Once a line is found to contain "IFCEXTRUDEDAREASOLID", copy it out of the listing.
== Working data ==
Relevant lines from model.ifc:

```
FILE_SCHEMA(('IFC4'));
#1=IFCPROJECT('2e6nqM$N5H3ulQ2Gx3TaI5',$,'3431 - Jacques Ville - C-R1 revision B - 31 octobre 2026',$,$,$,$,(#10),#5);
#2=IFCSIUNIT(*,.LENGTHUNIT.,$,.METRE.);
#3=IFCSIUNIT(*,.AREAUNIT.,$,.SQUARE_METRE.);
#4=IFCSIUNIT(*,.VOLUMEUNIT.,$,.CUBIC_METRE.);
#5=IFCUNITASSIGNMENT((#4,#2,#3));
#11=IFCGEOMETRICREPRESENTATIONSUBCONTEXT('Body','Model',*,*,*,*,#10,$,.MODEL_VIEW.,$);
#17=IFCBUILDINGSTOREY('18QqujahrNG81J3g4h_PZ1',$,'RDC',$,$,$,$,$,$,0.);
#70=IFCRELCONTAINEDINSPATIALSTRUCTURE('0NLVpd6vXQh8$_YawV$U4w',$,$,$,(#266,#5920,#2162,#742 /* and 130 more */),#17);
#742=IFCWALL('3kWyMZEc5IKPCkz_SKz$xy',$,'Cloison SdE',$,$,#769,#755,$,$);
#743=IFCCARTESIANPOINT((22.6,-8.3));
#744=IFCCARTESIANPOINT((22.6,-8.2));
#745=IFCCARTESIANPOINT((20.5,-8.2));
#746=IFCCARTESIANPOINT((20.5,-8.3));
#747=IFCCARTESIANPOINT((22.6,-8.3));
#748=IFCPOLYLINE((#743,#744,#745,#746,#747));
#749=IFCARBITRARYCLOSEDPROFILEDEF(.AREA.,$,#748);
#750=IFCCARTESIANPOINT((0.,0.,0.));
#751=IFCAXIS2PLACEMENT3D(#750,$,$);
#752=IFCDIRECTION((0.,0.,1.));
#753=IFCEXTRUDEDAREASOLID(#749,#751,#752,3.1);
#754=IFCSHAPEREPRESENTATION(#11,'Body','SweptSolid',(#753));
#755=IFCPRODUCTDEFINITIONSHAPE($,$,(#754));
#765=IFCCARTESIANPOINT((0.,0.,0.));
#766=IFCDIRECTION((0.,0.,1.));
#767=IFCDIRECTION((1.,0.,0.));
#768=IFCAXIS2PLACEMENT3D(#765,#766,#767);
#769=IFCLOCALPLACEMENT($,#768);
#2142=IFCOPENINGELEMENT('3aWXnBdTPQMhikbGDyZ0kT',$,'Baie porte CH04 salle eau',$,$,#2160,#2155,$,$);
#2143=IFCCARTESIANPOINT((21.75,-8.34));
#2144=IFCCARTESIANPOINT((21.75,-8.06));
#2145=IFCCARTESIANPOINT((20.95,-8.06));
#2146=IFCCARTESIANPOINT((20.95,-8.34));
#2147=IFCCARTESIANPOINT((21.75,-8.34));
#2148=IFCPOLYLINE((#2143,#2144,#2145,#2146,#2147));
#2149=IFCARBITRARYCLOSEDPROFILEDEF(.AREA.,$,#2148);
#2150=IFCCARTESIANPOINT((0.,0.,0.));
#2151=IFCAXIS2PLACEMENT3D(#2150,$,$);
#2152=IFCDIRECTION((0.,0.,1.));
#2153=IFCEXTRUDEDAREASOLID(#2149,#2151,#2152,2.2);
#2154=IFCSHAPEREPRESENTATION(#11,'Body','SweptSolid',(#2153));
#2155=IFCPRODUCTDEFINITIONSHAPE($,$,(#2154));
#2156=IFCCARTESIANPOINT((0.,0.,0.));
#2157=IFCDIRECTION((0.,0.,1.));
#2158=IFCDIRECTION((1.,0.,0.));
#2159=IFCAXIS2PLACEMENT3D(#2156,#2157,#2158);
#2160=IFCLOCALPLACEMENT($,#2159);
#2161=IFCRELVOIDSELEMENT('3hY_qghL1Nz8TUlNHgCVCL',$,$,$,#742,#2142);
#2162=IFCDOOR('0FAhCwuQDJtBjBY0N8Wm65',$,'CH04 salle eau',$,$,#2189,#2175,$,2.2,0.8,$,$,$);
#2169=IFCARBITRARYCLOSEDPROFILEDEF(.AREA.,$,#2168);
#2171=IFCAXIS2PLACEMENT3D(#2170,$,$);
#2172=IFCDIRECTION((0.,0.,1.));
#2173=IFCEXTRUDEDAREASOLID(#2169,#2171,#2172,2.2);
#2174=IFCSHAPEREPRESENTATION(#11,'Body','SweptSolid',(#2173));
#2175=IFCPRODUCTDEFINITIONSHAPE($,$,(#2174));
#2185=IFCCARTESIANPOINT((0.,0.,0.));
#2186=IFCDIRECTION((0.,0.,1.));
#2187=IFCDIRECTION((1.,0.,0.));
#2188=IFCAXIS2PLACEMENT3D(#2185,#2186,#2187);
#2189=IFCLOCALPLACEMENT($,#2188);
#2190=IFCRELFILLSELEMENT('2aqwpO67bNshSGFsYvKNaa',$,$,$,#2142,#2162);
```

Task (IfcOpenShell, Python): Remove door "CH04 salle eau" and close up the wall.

```python
import ifcopenshell
import ifcopenshell.api.feature
import ifcopenshell.api.root
import ifcopenshell.geom
import ifcopenshell.util.shape

model = ifcopenshell.open("model.ifc")
settings = ifcopenshell.geom.settings()


def volume(element):
    """Net volume in cubic metres, openings subtracted."""
    shape = ifcopenshell.geom.create_shape(settings, element)
    return ifcopenshell.util.shape.get_volume(shape.geometry)


door = model.by_guid("0FAhCwuQDJtBjBY0N8Wm65")
opening = door.FillsVoids[0].RelatingOpeningElement
wall = opening.VoidsElements[0].RelatingBuildingElement
before = volume(wall)

ifcopenshell.api.root.remove_product(model, product=door)
ifcopenshell.api.feature.remove_feature(model, feature=opening)

after = volume(wall)

print(f"wall volume {before:.3f} -> {after:.3f} m3")

model.write("model-out.ifc")
```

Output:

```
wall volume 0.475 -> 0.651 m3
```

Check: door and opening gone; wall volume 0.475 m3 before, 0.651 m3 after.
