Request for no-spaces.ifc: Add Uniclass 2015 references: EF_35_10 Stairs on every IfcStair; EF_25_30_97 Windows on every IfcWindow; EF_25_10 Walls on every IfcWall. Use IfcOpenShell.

First a look at what the model holds.

```python
import ifcopenshell

model = ifcopenshell.open("no-spaces.ifc")
print(model.schema)
print("classifications:", [c.Name for c in model.by_type("IfcClassification")])
for ifc_class in ("IfcDoor", "IfcRoof", "IfcStair", "IfcWall", "IfcWindow"):
    print(ifc_class, len(model.by_type(ifc_class)))
```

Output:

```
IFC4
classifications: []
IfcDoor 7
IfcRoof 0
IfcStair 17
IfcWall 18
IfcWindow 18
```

```python
import ifcopenshell
import ifcopenshell.api.classification

model = ifcopenshell.open("no-spaces.ifc")

system = ifcopenshell.api.classification.add_classification(model, classification="Uniclass 2015")

codes = {
    "IfcStair": ("EF_35_10", "Stairs"),
    "IfcWindow": ("EF_25_30_97", "Windows"),
    "IfcWall": ("EF_25_10", "Walls"),
}
for ifc_class, (code, name) in codes.items():
    products = model.by_type(ifc_class)
    ifcopenshell.api.classification.add_reference(
        model, products=products, classification=system, identification=code, name=name
    )
    print(code, len(products))

model.write("no-spaces_updated.ifc")
```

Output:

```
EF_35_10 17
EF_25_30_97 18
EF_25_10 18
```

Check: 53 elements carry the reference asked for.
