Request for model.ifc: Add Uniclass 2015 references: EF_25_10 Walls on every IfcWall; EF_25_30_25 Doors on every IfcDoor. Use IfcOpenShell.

First a look at what the model holds.

```python
import ifcopenshell

model = ifcopenshell.open("model.ifc")
print(model.schema)
print("classifications:", [c.Name for c in model.by_type("IfcClassification")])
for ifc_class in ("IfcDoor", "IfcRoof", "IfcStair", "IfcWall", "IfcWindow"):
    print(ifc_class, len(model.by_type(ifc_class)))
```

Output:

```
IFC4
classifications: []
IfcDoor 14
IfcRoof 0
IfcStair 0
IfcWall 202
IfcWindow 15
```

```python
import ifcopenshell
import ifcopenshell.api.classification

model = ifcopenshell.open("model.ifc")

system = ifcopenshell.api.classification.add_classification(model, classification="Uniclass 2015")

codes = {
    "IfcWall": ("EF_25_10", "Walls"),
    "IfcDoor": ("EF_25_30_25", "Doors"),
}
for ifc_class, (code, name) in codes.items():
    products = model.by_type(ifc_class)
    ifcopenshell.api.classification.add_reference(
        model, products=products, classification=system, identification=code, name=name
    )
    print(code, len(products))

model.write("model_edited.ifc")
```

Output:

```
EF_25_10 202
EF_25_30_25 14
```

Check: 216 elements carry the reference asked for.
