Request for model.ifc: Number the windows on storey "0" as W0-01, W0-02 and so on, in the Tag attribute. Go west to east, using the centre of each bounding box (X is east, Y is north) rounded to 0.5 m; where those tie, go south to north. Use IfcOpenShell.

First a look at what the model holds.

```python
import ifcopenshell
import ifcopenshell.util.element
import ifcopenshell.util.placement

model = ifcopenshell.open("model.ifc")
print(model.schema)
storey = next(s for s in model.by_type("IfcBuildingStorey") if s.Name == "0")
windows = [e for e in ifcopenshell.util.element.get_decomposition(storey) if e.is_a("IfcWindow")]
for e in sorted(windows, key=lambda e: e.id()):
    origin = ifcopenshell.util.placement.get_local_placement(e.ObjectPlacement)[:3, 3]
    print(e.id(), e.Tag, e.Name, origin.round(2) + 0.0, sep=" | ")
```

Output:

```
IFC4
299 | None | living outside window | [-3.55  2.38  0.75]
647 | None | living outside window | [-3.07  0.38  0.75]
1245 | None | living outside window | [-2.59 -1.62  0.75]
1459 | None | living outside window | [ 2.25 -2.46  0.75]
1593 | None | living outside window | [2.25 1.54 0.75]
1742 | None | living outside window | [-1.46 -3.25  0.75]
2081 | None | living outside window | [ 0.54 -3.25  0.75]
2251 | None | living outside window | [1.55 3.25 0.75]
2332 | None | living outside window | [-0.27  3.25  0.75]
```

```python
import ifcopenshell
import ifcopenshell.geom
import ifcopenshell.util.element
import ifcopenshell.util.shape

model = ifcopenshell.open("model.ifc")
settings = ifcopenshell.geom.settings()
settings.set("use-world-coords", True)


def centre(element):
    shape = ifcopenshell.geom.create_shape(settings, element)
    return ifcopenshell.util.shape.get_bbox_centroid(shape.geometry)


storey = next(s for s in model.by_type("IfcBuildingStorey") if s.Name == "0")
windows = [e for e in ifcopenshell.util.element.get_decomposition(storey) if e.is_a("IfcWindow")]

# Insertion points can sit at a corner or the storey origin, so sort by the geometry (in metres).
centres = {e: centre(e) for e in windows}
windows.sort(key=lambda e: (round(centres[e][0] / 0.5), centres[e][1]))

for i, e in enumerate(windows, start=1):
    number = f"W0-{i:02d}"
    e.Tag = number
    print(e.id(), number)

model.write("model_updated.ifc")
```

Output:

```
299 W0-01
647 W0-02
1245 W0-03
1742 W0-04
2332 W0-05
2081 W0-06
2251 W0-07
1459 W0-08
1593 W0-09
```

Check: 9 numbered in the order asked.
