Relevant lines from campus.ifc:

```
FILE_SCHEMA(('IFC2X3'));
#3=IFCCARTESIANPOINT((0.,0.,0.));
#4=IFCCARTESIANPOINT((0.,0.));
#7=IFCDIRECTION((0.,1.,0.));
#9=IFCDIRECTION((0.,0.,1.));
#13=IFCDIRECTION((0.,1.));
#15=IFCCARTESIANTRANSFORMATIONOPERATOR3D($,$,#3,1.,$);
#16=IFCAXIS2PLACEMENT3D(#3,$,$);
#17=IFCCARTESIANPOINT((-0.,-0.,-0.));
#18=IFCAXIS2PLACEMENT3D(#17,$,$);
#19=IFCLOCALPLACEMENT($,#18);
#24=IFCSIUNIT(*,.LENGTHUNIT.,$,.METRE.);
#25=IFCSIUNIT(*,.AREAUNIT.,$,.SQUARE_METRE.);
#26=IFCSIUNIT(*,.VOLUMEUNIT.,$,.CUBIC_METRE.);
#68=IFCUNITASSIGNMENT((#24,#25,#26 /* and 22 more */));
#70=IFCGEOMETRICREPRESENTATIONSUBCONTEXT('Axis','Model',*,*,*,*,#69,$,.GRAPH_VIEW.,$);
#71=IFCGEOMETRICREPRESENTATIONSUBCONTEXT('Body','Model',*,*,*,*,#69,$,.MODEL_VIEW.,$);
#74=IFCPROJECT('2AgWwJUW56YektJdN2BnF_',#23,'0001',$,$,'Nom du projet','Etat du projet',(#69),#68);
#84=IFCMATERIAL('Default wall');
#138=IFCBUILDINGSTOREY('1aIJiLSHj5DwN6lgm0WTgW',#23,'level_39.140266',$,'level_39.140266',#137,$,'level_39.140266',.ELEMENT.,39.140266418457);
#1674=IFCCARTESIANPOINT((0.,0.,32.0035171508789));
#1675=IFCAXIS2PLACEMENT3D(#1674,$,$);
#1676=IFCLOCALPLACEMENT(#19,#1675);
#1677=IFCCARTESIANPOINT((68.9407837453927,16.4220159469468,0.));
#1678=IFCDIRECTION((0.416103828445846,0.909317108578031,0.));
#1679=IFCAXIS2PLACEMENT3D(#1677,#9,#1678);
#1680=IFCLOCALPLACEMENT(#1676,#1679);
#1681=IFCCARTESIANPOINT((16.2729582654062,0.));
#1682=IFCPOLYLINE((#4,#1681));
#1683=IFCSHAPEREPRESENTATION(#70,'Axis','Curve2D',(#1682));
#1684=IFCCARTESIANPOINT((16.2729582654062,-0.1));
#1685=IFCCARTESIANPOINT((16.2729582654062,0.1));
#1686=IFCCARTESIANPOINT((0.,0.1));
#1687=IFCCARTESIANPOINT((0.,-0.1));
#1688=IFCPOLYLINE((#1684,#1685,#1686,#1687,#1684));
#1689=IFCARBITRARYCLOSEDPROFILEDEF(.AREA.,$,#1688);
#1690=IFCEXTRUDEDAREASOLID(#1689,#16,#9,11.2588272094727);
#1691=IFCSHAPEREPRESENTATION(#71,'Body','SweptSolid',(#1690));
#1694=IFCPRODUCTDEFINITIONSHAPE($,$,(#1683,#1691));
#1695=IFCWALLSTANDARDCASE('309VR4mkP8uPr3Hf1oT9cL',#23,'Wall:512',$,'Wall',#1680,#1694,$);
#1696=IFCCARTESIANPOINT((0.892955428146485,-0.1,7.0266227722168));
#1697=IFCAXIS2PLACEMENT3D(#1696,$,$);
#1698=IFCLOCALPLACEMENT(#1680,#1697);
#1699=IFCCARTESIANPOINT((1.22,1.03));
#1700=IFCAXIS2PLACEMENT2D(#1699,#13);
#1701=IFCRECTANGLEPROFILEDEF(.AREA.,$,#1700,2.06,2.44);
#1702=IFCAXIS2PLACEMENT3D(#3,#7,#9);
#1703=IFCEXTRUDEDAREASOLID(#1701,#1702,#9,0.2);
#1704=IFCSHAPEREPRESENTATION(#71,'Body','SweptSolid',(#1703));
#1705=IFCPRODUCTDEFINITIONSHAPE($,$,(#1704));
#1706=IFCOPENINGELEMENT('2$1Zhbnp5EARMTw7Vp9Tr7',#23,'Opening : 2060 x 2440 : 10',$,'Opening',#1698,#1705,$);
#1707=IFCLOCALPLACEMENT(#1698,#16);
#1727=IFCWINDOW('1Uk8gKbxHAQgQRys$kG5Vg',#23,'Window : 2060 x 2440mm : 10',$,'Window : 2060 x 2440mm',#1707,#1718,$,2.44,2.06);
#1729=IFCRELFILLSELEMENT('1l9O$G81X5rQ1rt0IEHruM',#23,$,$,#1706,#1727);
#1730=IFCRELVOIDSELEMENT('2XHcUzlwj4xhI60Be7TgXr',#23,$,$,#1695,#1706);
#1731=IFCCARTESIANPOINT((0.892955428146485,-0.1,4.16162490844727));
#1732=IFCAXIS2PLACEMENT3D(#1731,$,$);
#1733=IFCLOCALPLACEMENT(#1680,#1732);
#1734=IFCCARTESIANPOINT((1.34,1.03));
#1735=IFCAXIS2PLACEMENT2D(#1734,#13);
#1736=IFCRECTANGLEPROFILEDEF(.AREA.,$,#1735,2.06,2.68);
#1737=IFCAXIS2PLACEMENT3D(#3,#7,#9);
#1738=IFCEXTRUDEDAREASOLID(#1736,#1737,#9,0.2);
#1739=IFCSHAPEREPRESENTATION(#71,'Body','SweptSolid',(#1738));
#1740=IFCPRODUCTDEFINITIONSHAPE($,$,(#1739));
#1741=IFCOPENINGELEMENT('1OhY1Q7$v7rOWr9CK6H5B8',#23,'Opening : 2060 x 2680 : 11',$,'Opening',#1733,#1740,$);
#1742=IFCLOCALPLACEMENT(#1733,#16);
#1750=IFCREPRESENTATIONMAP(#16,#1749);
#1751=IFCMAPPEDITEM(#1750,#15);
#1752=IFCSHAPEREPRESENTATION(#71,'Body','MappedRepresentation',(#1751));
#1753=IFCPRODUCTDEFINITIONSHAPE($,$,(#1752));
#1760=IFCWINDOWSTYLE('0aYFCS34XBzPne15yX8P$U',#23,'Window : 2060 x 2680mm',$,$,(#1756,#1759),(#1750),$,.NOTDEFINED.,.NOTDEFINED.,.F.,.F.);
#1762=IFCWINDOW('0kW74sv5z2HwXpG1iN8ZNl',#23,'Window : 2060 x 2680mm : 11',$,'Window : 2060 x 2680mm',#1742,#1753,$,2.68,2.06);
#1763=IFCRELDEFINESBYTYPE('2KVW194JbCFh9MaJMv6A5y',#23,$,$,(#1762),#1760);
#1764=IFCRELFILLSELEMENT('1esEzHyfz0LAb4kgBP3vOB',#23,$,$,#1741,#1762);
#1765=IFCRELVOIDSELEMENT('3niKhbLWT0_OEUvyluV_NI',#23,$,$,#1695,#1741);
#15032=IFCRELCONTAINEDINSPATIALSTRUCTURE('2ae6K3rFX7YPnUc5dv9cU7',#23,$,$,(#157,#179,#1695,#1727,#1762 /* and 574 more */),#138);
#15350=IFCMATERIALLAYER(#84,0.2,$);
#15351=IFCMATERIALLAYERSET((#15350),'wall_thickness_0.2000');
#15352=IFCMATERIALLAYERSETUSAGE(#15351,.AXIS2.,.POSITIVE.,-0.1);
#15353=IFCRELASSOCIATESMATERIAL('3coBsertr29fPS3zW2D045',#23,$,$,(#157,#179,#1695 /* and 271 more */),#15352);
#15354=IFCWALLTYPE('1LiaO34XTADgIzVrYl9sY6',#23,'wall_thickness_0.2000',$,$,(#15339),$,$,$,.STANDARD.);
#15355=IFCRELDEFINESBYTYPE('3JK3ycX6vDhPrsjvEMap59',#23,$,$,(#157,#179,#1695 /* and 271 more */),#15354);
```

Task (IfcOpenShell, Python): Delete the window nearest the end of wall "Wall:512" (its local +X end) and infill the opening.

```python
import ifcopenshell
import ifcopenshell.api.feature
import ifcopenshell.api.root
import ifcopenshell.geom
import ifcopenshell.util.shape

model = ifcopenshell.open("campus.ifc")
settings = ifcopenshell.geom.settings()


def volume(element):
    """Net volume in cubic metres, openings subtracted."""
    shape = ifcopenshell.geom.create_shape(settings, element)
    return ifcopenshell.util.shape.get_volume(shape.geometry)


window = model.by_id(1762)
opening = window.FillsVoids[0].RelatingOpeningElement
wall = opening.VoidsElements[0].RelatingBuildingElement
before = volume(wall)

ifcopenshell.api.root.remove_product(model, product=window)
ifcopenshell.api.feature.remove_feature(model, feature=opening)

after = volume(wall)

print(f"wall volume {before:.3f} -> {after:.3f} m3")

model.write("campus_edited.ifc")
```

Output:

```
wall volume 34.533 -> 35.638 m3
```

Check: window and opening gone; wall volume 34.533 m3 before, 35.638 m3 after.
===
Output of the task
#753=IFCEXTRUDEDAREASOLID(#749,#751,#752,3.1);
#2153=IFCEXTRUDEDAREASOLID(#2149,#2151,#2152,2.2);
#2173=IFCEXTRUDEDAREASOLID(#2169,#2171,#2172,2.2);
#1690=IFCEXTRUDEDAREASOLID(#1689,#16,#9,11.2588272094727);
#1703=IFCEXTRUDEDAREASOLID(#1701,#1702,#9,0.2);
#1738=IFCEXTRUDEDAREASOLID(#1736,#1737,#9,0.2);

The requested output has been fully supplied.